Exercise requirements ▸ The answer is the number of lines in the data that contain the word "MILLI"; give it alone.

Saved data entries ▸
[Start of Attachment]

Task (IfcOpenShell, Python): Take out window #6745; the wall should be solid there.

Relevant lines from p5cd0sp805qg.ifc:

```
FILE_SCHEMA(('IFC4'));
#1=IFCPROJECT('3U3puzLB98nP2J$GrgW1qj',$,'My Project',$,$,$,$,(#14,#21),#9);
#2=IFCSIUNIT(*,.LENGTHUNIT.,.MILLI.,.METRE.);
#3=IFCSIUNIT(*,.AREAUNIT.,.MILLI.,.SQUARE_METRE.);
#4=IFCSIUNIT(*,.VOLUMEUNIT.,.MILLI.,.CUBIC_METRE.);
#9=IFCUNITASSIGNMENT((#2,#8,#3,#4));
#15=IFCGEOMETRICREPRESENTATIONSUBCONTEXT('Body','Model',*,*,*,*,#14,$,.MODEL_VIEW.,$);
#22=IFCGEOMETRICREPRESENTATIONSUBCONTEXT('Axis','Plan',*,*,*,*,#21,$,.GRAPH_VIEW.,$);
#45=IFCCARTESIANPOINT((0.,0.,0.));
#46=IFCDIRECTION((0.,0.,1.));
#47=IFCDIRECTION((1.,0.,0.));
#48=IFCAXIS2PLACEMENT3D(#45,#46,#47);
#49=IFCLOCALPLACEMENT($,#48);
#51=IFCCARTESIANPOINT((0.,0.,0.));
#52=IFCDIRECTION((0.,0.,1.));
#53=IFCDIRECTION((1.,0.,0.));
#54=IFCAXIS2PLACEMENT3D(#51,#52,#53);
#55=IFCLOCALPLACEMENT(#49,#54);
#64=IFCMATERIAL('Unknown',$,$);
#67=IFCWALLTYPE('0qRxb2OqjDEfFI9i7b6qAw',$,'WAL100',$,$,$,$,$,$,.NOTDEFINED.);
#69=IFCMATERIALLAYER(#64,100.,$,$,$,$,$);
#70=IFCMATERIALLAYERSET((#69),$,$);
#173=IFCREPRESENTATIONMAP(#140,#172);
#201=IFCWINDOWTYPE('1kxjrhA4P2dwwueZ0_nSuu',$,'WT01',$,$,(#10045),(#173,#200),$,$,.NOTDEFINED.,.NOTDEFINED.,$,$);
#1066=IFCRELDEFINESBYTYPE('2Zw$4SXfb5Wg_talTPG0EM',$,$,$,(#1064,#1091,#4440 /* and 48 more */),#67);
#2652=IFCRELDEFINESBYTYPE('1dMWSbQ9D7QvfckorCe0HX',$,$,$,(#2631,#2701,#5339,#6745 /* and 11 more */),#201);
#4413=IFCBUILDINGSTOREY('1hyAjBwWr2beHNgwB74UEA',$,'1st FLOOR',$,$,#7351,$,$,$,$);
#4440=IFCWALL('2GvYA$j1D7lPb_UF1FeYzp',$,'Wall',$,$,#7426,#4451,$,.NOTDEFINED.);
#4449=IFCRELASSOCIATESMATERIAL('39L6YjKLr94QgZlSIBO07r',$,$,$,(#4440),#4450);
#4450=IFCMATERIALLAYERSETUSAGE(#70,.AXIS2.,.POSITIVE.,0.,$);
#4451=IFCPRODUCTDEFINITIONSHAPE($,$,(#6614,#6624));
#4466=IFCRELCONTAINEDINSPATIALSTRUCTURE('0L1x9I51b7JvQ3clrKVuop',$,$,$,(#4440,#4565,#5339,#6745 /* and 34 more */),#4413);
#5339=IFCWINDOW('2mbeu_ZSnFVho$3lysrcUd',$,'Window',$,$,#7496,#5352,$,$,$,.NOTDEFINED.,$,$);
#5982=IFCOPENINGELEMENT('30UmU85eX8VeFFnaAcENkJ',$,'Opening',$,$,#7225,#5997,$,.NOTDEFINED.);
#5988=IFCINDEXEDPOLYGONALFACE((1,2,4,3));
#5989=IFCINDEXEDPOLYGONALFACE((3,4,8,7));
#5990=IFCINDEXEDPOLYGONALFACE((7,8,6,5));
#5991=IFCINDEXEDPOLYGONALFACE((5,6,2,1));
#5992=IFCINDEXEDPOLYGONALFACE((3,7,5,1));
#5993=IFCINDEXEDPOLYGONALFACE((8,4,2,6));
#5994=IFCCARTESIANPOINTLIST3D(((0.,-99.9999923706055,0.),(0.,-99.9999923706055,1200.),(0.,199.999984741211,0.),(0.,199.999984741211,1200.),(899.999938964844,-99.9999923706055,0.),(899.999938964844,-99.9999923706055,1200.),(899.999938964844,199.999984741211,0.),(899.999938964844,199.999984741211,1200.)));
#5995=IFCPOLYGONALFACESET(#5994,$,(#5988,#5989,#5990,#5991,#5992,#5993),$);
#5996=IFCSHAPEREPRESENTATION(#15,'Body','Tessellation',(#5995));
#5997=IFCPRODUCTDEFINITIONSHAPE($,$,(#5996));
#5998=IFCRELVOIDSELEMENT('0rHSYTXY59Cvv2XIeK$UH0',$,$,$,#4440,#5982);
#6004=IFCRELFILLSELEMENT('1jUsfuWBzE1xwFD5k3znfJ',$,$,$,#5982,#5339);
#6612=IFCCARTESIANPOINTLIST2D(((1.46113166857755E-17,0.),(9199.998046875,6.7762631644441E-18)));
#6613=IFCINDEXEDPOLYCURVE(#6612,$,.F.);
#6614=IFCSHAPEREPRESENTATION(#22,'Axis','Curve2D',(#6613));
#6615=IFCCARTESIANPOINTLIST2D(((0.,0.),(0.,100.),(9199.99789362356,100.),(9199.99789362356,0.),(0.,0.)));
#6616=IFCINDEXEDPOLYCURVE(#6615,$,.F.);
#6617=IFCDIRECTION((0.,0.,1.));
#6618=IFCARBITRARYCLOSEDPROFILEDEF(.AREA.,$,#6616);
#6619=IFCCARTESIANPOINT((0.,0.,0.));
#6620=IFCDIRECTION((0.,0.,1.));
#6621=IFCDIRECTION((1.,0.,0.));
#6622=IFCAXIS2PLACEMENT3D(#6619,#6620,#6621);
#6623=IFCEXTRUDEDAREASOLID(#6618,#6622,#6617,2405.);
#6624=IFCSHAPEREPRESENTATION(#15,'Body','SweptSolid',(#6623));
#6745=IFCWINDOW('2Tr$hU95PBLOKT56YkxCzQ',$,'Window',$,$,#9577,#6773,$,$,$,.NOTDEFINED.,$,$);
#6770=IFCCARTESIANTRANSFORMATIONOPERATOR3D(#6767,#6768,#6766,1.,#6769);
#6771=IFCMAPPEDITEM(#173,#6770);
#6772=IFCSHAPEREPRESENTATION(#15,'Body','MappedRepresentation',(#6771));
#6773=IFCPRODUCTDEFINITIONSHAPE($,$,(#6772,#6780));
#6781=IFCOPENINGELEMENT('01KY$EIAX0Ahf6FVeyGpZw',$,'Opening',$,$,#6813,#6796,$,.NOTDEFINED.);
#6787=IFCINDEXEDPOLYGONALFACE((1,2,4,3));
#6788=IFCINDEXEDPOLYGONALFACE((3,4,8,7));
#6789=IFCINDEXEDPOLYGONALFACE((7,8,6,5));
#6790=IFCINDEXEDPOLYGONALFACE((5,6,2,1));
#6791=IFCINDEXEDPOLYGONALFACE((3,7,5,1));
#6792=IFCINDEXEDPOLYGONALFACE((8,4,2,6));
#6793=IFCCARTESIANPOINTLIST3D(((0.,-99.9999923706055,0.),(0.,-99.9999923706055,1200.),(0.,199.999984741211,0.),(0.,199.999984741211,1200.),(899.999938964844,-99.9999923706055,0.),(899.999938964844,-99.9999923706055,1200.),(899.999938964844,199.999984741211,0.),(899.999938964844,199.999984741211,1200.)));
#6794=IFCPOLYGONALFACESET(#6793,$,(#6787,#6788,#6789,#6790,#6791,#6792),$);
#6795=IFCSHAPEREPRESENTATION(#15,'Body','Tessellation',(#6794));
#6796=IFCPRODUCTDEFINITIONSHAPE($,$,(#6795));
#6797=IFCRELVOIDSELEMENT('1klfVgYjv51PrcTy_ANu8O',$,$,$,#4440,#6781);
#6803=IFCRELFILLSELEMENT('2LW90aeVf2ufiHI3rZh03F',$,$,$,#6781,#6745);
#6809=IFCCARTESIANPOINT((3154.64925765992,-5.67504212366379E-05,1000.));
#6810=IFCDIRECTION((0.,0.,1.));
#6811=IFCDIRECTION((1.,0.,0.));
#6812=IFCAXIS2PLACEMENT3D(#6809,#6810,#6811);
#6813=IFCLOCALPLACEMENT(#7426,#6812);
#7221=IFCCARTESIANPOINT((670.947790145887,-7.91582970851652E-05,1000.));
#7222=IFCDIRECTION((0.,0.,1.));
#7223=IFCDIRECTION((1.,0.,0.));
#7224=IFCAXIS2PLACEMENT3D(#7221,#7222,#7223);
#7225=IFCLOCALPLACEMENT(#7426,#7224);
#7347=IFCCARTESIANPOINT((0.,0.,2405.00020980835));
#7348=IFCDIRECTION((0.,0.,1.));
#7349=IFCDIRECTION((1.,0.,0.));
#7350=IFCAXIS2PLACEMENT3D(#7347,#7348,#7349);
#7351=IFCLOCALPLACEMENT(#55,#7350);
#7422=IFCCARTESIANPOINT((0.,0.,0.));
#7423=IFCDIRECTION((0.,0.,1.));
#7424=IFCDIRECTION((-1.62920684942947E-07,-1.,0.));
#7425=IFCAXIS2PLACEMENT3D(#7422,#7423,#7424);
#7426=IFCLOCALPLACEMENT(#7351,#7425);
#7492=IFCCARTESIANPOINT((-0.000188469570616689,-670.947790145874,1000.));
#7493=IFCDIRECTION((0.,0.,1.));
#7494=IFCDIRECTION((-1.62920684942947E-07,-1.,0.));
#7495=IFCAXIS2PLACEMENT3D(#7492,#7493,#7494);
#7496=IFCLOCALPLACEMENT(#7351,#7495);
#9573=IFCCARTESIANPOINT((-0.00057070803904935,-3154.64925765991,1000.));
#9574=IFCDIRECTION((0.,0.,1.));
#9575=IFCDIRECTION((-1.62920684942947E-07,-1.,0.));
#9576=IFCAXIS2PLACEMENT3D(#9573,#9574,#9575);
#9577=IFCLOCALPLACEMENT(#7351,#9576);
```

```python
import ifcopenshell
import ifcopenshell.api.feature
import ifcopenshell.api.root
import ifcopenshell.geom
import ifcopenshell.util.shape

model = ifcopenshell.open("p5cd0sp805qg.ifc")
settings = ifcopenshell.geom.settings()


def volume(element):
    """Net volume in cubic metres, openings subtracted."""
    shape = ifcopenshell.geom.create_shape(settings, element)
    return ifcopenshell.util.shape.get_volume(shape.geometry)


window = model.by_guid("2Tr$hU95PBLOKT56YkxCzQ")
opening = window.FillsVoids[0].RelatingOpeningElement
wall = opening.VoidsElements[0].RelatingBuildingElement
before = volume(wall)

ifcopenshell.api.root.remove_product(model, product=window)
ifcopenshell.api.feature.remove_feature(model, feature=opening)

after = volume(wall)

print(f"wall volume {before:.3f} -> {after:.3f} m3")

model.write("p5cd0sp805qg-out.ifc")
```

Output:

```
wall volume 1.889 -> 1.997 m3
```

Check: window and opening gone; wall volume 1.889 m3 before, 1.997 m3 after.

[End of Attachment]

Answer to this exercise ▸ 3